If $0 < x < y$, then $x^n < y^n$

Question

The problem asks to prove that if $0 < x < y$ then $x^{n} < y^{n}$, where $n$ is a positive integer, so I started by assuming that $0 < x < y$. I then wrote this chain of inequalities: $x^{n} < x^{n-1}y^{1} < x^{n-2}y^{2} < x^{n-3}y^{3} < ... < x^{2}y^{n-2} < x^{1}y^{n-1} < y^{n}$. It is true that $x^{n} < x^{n-1}y^{1}$, since dividing both sides by $x^{n-1}y^{0}$ yields $x < y$. Similarly, dividing both sides of $x^{n-1}y^{1} < x^{n-2}y^{2}$ by $x^{n-2}y^{1}$ yields $x < y$. It seems to me that this pattern continues for all the inequalities, but I haven't been able to prove this. Does that make the proof invalid? Also, how can I prove that this pattern always holds true?

Answer 1

Your proof is absolutely correct. But to make the proof clearer and standard I would recommend you to write these first.

$\because$ $0<x<y$.

$\implies \frac{y}{x}>1$ .....$(i)$

Multiplying both sides by $x^n$ we get,

$x^{n-1}y^1>x^n$

Again Multiplying both sides of $(i)$ by $x^{n-1}y$ we get,

$x^{n-2}y^2>x^{n-1}y$

Continuing this process of multiplying LHS of the obtained inequality to $(i)$, we finally obtain,

$y^n>x^1y^{n-1}$

Now you can write

$x^{n} < x^{n-1}y^{1} < x^{n-2}y^{2} < x^{n-3}y^{3} < ... < x^{2}y^{n-2} < x^{1}y^{n-1} < y^{n}$.$\blacksquare$

Answer 2

Hint: Use that $$a^n-b^n=(a-b)(a^{n-1}+a^{n-2}b^1+\cdots ab^{n-1}+b^n)$$

Answer 3

The comments are trending pretty strongly that you should be using induction. And, in one sense, they're not wrong. Whenever you use the symbol "..." in the reasoning of a proof, it's usually a pretty blatant sign that you're trying to avoid induction.

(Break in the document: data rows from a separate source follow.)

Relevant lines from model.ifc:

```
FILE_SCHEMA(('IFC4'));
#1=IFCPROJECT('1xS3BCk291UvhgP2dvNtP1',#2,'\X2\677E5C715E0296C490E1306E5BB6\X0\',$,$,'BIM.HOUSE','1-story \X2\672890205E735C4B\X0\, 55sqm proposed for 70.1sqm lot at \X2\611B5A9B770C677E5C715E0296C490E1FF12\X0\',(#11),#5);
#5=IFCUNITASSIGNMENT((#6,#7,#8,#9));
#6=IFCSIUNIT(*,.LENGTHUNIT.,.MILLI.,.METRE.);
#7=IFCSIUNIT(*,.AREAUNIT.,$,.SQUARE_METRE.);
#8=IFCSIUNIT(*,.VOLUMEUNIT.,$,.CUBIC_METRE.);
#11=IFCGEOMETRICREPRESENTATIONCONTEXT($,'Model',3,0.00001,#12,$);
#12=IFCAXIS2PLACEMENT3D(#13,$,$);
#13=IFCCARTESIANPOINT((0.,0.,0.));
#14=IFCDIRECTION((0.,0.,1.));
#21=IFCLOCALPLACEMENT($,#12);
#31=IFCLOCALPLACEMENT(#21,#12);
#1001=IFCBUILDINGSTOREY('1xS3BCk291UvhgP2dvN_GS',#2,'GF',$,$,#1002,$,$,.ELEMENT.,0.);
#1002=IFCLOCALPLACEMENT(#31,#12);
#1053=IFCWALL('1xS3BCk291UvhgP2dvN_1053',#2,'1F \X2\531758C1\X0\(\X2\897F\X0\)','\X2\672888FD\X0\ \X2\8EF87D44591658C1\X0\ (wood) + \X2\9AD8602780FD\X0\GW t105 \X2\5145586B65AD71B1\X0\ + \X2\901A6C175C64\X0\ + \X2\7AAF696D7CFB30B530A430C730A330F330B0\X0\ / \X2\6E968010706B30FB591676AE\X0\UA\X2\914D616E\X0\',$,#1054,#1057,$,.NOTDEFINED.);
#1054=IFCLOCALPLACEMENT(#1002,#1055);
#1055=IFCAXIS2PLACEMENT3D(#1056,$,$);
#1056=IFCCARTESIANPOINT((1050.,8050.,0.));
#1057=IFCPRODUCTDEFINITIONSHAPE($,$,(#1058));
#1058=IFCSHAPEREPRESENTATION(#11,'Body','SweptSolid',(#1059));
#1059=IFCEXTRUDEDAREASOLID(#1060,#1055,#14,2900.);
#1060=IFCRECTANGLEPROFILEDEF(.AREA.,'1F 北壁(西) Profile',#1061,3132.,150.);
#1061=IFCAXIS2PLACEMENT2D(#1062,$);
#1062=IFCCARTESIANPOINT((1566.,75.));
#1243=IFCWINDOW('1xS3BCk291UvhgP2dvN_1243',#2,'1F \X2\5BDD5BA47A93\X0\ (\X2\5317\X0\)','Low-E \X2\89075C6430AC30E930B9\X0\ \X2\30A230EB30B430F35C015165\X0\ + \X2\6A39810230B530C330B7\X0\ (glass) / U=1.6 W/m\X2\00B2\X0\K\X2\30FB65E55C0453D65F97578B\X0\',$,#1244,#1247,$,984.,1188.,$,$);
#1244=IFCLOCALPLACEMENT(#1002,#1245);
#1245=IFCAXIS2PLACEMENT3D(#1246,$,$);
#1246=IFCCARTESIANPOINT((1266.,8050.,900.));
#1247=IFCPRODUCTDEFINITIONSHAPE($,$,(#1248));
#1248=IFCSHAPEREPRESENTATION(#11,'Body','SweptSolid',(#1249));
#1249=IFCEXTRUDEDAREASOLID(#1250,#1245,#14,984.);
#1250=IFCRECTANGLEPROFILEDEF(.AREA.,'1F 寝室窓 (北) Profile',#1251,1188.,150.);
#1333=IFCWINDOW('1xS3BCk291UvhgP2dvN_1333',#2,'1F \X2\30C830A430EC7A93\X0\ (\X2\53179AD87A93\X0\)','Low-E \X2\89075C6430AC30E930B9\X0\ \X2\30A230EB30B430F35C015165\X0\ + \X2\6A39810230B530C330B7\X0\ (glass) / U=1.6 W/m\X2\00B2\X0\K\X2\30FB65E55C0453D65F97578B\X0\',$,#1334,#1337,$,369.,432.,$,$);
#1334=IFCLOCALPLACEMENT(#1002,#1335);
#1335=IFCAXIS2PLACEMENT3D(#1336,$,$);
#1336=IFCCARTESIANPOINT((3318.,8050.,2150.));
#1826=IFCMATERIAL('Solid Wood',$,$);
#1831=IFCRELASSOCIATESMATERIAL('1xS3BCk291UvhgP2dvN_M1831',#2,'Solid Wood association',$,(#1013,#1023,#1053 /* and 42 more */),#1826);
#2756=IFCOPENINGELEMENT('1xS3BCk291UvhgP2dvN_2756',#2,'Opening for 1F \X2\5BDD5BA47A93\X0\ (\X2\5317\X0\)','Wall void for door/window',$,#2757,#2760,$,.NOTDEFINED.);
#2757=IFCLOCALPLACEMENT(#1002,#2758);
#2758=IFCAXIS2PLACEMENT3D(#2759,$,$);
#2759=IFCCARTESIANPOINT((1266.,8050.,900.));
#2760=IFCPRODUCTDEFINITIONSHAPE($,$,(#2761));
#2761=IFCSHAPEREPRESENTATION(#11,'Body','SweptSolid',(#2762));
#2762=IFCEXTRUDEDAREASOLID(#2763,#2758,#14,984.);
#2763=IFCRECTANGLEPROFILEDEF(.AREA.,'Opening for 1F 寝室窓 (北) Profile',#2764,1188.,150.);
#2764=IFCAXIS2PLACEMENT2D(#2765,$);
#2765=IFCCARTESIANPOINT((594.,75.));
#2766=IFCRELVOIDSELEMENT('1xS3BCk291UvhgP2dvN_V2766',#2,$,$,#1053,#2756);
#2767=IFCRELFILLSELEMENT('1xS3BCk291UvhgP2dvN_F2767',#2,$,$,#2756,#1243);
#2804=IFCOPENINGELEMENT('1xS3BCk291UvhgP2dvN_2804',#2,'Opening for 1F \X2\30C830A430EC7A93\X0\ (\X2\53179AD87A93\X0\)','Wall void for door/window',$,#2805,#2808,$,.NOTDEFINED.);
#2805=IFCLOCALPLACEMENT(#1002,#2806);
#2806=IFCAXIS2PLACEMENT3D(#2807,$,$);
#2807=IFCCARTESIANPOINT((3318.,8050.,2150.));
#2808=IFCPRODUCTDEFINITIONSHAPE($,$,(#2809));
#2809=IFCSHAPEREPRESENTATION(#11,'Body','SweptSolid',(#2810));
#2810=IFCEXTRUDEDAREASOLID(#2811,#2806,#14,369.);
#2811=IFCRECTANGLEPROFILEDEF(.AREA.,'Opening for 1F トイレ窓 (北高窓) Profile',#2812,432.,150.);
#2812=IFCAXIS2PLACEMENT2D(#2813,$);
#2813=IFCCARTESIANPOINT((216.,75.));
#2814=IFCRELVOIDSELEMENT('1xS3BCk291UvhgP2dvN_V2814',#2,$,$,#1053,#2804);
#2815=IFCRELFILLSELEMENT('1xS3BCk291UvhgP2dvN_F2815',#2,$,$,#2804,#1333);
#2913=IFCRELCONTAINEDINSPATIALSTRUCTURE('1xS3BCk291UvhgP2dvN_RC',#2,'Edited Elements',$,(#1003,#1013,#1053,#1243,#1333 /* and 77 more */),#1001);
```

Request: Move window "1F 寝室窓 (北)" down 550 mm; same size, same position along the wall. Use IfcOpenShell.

```python
import numpy as np
import ifcopenshell
import ifcopenshell.api.geometry
import ifcopenshell.util.placement
import ifcopenshell.util.unit

model = ifcopenshell.open("model.ifc")
unit_scale = ifcopenshell.util.unit.calculate_unit_scale(model)

window = model.by_id(1243)
opening = window.FillsVoids[0].RelatingOpeningElement
dz = -0.55 / unit_scale

shift = np.array([0.0, 0.0, dz])
# The window is not placed relative to its opening, so move both.
for product in (opening, window):
    matrix = ifcopenshell.util.placement.get_local_placement(product.ObjectPlacement)
    matrix[:3, 3] += shift
    ifcopenshell.api.geometry.edit_object_placement(model, product=product, matrix=matrix, is_si=False)

print(f"moved by {dz * unit_scale:+.3f} m")

model.write("model_updated.ifc")
```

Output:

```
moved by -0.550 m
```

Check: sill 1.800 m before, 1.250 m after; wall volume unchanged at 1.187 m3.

But, you know, if this wasn't for a formal proof class, I'd give you high marks for this. I understand your chain of reasoning well, and sometimes an intuitive argument can get lost in a sea of formality. And I've never thought of doing it this way myself, so I'm glad you were able to convey your original thoughts effectively. Gold star!

Answer 4

This is equivalent to

$$x>0,\\1<\frac yx\implies 1<\left(\frac yx\right)^n$$

or

$$1<t\implies 1<t^n.$$

By induction,

$$1<t\implies 1<t^1$$

and

$$1<t,1<t^n\implies 1<t^{n+1}.$$

Answer 5

Induction is a workable approach here as mentioned by Matthew. Also you can use algebra as Graubner writes.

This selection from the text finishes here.